ASSIGNED TASK |
Within the records that follow, find every line containing the string "asked". Copy those lines.

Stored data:
━━━
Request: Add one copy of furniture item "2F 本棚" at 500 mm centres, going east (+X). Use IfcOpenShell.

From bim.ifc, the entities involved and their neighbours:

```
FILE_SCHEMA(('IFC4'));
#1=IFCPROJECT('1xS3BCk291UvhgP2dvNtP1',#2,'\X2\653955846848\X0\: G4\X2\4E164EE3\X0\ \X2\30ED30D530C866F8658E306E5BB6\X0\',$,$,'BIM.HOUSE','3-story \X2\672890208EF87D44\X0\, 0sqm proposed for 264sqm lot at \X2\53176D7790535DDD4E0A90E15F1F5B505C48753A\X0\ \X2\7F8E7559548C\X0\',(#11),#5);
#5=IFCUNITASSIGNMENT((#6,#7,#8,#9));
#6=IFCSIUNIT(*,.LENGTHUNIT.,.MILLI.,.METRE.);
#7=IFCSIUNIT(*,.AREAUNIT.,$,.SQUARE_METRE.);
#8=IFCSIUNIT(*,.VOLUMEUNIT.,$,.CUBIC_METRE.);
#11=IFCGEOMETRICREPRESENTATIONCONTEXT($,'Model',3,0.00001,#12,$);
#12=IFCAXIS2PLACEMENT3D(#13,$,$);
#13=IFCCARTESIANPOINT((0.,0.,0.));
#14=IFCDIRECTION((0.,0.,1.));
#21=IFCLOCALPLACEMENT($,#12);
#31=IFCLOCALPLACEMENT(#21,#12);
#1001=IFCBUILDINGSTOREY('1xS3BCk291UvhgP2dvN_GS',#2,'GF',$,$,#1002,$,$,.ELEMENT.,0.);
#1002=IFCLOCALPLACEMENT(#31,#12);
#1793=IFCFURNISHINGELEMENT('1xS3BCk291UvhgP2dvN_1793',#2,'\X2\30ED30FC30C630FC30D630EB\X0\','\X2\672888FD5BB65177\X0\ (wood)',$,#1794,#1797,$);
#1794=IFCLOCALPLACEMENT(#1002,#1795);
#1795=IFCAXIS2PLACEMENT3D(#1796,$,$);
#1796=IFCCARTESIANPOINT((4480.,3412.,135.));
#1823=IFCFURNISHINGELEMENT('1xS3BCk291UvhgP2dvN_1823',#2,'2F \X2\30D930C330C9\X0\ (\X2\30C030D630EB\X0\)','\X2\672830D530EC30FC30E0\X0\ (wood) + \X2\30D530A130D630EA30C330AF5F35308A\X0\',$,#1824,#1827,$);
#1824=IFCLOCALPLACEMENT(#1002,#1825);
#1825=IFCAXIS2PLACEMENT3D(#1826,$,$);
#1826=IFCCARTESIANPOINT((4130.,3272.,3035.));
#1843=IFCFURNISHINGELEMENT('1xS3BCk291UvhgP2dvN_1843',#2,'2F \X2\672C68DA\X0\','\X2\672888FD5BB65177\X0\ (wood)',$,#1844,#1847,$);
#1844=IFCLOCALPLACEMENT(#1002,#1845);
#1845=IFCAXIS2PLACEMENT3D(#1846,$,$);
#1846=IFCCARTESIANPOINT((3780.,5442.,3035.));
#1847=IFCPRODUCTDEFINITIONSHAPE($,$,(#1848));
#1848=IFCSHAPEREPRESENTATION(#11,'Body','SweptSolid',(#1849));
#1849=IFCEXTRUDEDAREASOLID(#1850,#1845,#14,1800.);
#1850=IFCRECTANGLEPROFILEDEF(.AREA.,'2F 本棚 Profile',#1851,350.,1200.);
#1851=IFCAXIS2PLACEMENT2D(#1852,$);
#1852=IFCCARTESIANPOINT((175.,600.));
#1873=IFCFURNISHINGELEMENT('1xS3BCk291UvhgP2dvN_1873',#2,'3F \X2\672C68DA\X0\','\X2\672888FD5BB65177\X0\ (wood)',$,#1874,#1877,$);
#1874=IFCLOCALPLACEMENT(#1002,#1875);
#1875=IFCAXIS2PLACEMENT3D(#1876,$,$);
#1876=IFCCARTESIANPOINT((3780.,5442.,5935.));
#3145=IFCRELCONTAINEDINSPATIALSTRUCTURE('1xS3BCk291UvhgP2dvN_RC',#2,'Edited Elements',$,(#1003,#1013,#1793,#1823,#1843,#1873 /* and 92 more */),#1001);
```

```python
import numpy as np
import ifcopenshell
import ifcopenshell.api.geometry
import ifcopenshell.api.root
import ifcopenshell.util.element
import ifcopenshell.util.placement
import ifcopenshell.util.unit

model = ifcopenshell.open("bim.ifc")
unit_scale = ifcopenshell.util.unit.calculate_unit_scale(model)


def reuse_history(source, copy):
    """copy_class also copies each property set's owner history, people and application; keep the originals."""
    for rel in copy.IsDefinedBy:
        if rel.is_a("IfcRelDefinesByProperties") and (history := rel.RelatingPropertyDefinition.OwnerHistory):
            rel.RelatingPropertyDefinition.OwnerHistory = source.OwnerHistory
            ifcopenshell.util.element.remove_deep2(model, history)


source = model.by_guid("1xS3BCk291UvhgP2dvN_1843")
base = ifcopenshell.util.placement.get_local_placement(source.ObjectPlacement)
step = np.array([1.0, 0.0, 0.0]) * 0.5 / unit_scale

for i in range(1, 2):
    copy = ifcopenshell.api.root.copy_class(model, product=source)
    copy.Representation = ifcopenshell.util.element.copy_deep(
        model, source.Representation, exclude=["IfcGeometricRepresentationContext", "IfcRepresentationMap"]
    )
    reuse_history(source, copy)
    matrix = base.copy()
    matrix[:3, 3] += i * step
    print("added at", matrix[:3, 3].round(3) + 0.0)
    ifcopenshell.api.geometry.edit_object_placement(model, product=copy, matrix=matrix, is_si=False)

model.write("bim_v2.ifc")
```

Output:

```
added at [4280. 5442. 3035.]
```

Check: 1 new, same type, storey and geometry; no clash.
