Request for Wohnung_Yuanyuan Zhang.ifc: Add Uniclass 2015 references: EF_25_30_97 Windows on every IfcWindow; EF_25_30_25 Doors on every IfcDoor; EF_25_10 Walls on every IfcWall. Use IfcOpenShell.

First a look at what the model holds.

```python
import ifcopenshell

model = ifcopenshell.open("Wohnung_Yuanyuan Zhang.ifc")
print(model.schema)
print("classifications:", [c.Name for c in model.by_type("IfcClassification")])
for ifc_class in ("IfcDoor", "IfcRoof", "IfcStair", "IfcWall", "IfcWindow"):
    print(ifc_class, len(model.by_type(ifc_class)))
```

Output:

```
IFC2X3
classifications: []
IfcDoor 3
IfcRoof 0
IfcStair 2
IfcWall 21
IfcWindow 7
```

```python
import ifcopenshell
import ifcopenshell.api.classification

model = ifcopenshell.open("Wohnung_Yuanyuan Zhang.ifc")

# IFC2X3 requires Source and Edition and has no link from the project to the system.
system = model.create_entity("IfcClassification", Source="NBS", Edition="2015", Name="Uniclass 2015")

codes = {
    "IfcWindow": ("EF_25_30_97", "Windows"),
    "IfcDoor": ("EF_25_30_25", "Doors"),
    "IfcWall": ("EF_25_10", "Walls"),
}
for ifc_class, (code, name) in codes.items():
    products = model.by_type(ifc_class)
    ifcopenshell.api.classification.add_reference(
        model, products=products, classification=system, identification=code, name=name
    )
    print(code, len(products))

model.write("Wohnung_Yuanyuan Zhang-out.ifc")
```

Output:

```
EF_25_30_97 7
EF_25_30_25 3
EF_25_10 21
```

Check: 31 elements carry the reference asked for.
━━━
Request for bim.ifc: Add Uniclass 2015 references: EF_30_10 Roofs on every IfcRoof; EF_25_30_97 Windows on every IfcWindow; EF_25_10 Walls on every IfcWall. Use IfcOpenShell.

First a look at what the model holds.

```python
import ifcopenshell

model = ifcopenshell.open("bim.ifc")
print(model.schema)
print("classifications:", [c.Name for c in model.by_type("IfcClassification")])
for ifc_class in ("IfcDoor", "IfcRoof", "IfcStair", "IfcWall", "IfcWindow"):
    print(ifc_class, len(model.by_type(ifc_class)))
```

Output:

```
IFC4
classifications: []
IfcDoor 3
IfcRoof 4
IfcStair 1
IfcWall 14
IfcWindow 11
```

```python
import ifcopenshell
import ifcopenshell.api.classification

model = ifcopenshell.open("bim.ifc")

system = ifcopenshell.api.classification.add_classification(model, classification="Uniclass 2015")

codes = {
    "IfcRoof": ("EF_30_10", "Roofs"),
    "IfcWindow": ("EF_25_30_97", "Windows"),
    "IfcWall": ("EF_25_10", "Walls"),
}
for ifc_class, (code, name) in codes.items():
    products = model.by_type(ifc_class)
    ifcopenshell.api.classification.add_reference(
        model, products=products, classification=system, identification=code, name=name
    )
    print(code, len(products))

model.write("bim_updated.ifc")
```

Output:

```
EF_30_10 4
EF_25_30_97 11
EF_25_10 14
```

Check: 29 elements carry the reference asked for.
━━━
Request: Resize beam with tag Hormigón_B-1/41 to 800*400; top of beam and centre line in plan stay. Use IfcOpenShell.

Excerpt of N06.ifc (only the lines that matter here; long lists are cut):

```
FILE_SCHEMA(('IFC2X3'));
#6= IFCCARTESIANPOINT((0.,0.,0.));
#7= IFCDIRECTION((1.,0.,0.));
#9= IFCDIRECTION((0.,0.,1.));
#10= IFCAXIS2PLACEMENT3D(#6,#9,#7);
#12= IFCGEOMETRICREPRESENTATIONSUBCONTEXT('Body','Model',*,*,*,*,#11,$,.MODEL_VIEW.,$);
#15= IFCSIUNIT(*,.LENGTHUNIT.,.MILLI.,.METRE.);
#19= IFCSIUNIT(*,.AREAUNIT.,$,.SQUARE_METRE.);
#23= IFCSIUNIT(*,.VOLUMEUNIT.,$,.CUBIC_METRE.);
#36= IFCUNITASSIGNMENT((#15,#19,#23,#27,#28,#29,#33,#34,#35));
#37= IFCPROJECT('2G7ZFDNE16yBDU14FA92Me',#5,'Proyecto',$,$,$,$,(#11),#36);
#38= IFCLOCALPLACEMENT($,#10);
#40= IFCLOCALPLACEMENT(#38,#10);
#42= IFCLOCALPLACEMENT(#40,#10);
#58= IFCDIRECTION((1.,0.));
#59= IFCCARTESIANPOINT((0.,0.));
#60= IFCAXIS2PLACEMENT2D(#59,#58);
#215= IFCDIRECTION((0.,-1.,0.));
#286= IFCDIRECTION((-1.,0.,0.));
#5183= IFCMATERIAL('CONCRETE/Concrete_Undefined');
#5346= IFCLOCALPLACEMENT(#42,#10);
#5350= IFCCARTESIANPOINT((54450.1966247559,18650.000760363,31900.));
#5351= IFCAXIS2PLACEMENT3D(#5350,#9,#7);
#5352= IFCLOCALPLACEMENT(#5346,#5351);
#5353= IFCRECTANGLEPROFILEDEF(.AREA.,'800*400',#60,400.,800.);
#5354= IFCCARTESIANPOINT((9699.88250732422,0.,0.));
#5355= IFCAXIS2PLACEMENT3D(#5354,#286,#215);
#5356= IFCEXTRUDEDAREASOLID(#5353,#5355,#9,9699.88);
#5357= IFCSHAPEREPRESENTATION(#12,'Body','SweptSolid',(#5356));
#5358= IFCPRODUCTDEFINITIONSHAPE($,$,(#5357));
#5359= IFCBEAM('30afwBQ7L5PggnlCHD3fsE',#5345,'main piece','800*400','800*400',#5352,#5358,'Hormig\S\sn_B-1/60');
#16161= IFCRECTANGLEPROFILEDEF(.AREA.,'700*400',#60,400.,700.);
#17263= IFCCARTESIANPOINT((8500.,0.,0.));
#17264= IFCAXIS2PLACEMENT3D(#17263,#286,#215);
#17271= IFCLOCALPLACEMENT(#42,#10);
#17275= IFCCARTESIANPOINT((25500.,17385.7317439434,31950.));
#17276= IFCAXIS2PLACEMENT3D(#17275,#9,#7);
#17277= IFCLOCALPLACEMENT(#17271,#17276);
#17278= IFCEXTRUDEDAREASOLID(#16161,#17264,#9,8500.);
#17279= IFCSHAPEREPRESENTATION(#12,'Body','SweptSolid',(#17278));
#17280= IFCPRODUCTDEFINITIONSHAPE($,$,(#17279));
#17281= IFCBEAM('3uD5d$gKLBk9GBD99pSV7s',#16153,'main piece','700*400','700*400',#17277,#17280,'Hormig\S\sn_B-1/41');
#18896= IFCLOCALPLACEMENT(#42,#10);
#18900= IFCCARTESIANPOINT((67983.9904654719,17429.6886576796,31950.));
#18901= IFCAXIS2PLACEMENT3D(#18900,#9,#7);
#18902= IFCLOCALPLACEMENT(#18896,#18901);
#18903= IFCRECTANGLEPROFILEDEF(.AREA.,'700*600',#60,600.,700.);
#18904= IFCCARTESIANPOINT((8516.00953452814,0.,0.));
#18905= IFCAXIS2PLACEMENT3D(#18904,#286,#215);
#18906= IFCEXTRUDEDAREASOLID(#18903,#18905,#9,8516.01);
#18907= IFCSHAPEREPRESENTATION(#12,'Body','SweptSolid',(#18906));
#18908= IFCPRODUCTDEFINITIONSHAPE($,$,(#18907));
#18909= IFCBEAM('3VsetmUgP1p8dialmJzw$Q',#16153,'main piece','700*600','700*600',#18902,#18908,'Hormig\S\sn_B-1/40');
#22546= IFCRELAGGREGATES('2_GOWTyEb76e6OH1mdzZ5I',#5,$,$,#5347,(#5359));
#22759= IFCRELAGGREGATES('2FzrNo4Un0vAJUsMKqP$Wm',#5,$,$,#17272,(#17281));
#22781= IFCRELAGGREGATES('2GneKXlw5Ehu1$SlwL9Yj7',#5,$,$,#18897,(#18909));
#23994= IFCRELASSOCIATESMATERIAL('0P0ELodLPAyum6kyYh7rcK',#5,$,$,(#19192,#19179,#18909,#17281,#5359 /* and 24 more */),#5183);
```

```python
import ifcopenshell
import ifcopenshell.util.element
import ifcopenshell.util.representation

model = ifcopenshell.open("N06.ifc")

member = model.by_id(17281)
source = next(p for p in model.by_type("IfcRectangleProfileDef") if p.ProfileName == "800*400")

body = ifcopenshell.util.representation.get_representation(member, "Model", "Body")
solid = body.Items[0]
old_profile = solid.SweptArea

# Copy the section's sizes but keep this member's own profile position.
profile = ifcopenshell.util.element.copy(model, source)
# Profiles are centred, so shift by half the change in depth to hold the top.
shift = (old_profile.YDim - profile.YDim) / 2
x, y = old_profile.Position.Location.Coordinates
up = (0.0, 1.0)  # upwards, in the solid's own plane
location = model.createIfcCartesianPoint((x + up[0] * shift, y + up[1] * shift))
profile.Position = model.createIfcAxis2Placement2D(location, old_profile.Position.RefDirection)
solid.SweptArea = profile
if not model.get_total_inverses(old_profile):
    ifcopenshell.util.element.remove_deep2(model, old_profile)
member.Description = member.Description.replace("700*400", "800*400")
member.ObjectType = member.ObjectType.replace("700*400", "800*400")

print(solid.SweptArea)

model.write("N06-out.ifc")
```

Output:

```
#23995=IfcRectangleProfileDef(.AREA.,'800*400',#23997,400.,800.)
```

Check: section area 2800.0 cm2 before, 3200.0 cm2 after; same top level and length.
━━━
OUTPUT FOR THIS TASK |
Check: 31 elements carry the reference asked for.
Check: 29 elements carry the reference asked for.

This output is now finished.